- [The task]
Scan the entries for lines containing the string "SweptSolid". Reply with how many there are, and nothing else.

══ Records for this exercise ══

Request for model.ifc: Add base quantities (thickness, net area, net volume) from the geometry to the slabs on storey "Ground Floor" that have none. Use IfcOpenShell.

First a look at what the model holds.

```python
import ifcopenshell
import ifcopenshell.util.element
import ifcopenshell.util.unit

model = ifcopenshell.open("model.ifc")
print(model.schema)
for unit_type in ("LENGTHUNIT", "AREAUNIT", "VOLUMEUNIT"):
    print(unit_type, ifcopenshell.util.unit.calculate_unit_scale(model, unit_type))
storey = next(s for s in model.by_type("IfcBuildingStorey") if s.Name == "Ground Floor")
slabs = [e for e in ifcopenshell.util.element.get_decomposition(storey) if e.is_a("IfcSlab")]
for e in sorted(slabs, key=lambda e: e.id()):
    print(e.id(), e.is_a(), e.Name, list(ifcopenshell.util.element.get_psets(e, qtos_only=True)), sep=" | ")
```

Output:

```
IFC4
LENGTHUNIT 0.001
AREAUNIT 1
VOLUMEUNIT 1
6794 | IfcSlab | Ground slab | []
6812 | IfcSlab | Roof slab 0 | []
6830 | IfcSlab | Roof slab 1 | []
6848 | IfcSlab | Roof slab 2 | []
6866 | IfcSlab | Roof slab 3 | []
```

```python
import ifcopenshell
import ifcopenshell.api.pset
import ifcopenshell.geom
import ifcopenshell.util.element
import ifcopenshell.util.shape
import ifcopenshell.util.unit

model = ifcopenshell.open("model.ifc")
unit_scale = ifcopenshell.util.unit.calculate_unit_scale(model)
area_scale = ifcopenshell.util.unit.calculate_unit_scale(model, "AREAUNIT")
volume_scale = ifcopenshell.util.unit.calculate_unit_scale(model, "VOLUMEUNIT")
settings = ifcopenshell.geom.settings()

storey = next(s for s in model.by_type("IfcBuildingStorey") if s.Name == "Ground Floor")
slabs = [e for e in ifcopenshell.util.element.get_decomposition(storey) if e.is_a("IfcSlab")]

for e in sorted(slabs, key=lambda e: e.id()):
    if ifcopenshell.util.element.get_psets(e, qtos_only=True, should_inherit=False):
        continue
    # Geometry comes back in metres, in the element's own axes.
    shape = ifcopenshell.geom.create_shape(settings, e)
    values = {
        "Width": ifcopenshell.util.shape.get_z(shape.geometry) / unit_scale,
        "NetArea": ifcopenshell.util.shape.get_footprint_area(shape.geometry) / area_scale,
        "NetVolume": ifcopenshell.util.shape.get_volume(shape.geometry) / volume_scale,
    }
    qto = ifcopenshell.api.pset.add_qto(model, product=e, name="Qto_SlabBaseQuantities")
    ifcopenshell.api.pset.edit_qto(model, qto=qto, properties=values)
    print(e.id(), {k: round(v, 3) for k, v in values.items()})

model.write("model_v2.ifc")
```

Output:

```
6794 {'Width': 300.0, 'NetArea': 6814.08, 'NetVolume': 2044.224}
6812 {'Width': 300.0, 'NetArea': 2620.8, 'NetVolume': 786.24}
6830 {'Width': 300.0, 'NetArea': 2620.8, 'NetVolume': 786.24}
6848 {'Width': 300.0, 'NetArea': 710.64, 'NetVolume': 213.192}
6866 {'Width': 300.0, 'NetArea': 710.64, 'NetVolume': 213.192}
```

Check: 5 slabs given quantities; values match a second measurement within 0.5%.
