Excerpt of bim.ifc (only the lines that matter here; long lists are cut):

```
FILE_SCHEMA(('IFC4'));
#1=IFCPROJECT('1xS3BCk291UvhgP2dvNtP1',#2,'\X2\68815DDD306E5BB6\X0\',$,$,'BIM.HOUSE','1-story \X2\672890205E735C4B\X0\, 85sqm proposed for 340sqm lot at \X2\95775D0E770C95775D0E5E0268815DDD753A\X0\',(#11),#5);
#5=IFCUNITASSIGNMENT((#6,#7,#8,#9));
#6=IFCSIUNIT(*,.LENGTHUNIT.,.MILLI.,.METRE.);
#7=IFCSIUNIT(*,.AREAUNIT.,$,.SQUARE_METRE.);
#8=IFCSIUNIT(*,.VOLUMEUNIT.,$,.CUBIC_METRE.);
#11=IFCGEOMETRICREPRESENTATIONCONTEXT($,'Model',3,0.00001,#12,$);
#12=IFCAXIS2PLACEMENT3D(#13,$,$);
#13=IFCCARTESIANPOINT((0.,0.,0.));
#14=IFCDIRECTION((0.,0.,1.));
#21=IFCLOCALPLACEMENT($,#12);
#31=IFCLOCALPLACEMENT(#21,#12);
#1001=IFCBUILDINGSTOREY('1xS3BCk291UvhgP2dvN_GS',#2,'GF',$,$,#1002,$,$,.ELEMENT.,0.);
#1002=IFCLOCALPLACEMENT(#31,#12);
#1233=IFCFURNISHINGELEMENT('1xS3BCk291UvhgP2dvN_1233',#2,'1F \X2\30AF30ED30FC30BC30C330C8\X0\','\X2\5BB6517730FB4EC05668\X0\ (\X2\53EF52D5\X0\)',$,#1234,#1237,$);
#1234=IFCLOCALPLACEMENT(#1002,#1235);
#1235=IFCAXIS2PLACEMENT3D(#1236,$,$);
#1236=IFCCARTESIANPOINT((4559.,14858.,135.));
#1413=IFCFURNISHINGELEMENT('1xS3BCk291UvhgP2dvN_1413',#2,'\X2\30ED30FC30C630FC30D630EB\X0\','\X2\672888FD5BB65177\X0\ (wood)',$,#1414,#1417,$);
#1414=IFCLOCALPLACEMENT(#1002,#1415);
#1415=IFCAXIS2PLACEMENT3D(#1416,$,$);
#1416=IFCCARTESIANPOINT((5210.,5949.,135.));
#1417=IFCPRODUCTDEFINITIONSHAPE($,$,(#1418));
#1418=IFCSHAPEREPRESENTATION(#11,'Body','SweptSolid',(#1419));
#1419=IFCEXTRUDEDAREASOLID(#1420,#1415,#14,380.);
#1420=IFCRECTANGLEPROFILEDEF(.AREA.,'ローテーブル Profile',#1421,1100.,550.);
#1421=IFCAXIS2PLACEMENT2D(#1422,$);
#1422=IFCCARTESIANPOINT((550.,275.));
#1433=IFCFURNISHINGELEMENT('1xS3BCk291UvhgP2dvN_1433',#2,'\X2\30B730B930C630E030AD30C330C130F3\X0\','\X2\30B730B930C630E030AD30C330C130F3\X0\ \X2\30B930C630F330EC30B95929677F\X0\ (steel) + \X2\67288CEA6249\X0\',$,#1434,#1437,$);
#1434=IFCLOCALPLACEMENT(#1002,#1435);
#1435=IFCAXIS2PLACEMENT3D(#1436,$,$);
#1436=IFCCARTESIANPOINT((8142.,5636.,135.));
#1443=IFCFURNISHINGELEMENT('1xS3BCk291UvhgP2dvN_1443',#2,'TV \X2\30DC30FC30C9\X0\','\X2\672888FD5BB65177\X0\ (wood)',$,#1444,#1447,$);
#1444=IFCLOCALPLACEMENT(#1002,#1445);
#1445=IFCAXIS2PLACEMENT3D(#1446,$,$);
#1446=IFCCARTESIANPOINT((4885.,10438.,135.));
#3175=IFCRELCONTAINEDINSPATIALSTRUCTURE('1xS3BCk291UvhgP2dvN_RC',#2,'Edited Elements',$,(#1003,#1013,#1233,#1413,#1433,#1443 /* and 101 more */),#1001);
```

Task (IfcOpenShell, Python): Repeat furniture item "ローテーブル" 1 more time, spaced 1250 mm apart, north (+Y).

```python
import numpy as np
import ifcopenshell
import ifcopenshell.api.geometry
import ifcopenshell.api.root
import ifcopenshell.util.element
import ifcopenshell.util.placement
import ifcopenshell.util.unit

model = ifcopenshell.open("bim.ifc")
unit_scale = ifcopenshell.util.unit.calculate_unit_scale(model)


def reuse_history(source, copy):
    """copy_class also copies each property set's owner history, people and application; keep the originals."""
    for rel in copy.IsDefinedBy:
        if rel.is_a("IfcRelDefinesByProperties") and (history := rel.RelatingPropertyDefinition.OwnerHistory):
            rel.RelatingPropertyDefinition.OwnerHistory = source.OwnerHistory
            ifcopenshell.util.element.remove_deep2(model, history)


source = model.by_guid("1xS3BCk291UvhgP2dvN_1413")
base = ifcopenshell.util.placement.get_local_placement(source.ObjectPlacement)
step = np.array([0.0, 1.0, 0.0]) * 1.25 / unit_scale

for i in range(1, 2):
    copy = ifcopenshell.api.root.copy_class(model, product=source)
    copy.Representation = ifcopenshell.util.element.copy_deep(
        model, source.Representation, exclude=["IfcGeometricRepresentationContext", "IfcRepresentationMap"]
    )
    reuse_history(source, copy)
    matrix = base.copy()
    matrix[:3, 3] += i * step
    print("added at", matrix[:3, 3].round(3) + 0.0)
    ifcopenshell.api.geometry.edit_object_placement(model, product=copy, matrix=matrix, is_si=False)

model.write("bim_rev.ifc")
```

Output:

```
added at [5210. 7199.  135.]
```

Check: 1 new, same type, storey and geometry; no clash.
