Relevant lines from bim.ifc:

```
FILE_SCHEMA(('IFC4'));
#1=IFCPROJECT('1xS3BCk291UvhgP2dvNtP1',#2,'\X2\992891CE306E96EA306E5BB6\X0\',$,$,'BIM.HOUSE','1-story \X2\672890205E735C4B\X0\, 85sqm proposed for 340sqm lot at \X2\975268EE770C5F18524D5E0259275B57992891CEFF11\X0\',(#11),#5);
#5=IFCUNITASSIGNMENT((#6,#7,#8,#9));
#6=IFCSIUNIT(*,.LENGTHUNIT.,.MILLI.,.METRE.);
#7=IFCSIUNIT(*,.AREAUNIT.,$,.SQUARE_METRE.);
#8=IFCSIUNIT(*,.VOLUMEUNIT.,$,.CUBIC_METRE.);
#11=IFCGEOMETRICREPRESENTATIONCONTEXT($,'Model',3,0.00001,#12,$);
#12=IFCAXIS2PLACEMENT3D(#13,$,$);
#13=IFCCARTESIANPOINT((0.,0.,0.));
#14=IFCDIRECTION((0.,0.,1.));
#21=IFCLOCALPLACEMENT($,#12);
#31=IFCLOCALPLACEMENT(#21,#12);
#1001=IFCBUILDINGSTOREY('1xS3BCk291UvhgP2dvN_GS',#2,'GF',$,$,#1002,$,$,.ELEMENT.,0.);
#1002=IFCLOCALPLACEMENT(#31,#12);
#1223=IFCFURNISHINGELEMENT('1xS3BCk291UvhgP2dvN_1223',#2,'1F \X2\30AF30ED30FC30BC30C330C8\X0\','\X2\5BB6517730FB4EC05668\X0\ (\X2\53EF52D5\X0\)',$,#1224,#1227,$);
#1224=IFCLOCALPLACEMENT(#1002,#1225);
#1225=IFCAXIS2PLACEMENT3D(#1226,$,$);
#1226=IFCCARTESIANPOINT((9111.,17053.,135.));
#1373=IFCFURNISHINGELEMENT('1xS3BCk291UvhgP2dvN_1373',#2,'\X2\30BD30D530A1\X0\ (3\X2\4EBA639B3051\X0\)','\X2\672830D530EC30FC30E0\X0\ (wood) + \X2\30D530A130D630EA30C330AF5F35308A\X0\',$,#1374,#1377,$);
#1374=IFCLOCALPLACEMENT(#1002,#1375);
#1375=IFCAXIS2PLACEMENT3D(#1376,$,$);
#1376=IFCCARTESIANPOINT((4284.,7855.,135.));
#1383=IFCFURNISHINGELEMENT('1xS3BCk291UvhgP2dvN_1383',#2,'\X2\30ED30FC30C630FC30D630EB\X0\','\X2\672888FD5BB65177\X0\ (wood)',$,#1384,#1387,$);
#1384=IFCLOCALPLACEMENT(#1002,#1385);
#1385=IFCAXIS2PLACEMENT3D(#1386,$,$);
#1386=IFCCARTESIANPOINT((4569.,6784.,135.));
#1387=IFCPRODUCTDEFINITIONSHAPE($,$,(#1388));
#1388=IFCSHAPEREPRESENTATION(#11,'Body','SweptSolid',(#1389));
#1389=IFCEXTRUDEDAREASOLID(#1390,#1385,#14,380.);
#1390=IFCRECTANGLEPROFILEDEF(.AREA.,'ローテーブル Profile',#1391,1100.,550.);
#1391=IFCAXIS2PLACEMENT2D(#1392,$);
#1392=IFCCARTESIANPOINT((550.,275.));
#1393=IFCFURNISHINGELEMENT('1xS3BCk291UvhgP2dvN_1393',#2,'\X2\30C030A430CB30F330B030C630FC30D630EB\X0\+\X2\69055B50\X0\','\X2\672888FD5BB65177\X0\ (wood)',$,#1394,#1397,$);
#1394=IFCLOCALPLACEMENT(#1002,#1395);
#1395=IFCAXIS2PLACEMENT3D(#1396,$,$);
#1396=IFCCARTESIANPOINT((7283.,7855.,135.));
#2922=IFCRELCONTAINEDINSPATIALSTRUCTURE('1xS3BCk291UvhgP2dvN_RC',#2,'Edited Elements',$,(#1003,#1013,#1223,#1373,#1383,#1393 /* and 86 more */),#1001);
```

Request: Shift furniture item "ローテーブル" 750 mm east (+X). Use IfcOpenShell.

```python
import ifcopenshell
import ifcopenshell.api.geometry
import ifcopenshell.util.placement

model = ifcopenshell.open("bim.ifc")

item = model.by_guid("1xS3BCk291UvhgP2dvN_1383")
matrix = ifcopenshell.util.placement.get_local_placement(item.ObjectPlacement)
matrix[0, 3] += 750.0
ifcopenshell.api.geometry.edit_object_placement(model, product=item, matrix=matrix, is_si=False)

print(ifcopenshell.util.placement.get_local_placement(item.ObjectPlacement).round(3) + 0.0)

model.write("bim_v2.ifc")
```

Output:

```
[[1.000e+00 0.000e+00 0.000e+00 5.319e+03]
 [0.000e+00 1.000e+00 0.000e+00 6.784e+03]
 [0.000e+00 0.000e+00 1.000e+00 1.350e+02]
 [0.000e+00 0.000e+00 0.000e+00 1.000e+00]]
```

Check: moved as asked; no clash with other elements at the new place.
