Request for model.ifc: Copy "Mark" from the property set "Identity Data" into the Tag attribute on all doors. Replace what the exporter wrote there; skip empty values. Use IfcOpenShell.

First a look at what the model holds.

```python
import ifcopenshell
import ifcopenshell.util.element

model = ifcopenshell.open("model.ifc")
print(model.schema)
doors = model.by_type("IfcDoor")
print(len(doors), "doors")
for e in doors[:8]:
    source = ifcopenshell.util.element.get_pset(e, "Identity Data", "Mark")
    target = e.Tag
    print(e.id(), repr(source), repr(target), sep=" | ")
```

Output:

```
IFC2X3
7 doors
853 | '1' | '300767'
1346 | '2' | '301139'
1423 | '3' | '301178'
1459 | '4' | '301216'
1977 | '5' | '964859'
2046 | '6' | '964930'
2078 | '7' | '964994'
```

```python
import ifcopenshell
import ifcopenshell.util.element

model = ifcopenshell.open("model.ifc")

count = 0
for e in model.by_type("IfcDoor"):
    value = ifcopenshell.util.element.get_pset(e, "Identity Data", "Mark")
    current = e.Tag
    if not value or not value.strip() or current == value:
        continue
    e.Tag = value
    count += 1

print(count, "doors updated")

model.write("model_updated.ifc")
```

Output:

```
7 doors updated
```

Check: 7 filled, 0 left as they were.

═══

- [Completed exercise]
2